Record excerpts:

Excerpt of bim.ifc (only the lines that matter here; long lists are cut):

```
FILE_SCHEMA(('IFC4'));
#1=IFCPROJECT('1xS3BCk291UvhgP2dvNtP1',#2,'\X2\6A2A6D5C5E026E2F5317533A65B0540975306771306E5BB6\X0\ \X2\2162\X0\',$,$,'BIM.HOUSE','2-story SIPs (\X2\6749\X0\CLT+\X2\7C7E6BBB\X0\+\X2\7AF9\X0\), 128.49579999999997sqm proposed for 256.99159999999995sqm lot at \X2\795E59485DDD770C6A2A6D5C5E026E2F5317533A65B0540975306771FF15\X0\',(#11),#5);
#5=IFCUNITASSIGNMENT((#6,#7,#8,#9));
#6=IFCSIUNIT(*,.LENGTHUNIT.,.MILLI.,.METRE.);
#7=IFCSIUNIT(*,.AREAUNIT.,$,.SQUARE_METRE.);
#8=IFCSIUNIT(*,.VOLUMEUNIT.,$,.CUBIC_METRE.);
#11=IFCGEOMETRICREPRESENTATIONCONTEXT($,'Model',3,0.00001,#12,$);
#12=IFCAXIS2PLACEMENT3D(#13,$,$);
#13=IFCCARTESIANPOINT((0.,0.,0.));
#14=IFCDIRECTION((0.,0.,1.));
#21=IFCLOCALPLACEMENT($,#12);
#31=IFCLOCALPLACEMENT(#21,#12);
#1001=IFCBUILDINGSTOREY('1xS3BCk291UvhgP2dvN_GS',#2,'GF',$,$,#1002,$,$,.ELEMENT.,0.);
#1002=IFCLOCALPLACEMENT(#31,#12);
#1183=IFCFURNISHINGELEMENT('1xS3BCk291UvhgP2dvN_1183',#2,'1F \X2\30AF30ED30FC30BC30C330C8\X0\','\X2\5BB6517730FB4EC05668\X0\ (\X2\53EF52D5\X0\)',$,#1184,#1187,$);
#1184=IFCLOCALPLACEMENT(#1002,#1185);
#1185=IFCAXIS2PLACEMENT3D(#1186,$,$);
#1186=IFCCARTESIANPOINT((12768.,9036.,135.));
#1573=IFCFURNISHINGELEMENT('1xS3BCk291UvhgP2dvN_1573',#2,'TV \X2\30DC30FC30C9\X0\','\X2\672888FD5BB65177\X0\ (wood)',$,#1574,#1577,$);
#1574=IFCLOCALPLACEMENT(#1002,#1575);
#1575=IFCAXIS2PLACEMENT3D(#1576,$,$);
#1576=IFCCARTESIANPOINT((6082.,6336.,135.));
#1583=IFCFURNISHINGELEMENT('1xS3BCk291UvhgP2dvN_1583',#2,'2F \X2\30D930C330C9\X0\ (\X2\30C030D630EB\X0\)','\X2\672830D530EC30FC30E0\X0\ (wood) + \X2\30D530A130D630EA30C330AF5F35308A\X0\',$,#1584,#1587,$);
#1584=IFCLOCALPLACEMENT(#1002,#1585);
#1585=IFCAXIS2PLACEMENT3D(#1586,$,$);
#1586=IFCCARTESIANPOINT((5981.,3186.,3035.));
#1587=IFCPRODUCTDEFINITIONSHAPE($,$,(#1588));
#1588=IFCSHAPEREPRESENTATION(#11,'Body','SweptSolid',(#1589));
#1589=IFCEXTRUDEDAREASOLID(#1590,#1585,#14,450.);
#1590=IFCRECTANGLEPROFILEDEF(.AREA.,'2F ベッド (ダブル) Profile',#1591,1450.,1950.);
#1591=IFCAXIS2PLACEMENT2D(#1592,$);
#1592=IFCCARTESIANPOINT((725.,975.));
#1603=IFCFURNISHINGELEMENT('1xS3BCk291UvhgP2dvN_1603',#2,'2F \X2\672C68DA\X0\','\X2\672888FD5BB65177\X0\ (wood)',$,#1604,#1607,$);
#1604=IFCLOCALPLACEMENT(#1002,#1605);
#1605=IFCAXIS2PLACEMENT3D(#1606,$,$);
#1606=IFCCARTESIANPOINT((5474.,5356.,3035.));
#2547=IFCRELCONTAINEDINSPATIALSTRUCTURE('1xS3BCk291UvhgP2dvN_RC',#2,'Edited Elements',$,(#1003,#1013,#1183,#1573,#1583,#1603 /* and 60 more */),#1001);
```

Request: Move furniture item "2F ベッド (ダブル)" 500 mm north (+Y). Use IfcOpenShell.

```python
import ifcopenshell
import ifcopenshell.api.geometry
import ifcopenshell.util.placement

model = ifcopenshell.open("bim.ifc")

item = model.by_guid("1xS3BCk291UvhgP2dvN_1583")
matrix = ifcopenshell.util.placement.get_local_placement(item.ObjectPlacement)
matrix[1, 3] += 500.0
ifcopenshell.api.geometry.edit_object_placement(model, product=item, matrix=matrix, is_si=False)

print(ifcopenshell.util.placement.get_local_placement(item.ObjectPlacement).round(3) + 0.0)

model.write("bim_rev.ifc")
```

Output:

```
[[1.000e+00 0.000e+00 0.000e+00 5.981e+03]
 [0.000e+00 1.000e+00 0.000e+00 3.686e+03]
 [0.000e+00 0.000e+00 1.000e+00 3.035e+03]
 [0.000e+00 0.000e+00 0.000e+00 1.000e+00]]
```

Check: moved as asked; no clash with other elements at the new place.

Task instructions:
Collect the lines of the records that include the string "IFCSIUNIT".

Response area:
#6=IFCSIUNIT(*,.LENGTHUNIT.,.MILLI.,.METRE.);
#7=IFCSIUNIT(*,.AREAUNIT.,$,.SQUARE_METRE.);
#8=IFCSIUNIT(*,.VOLUMEUNIT.,$,.CUBIC_METRE.);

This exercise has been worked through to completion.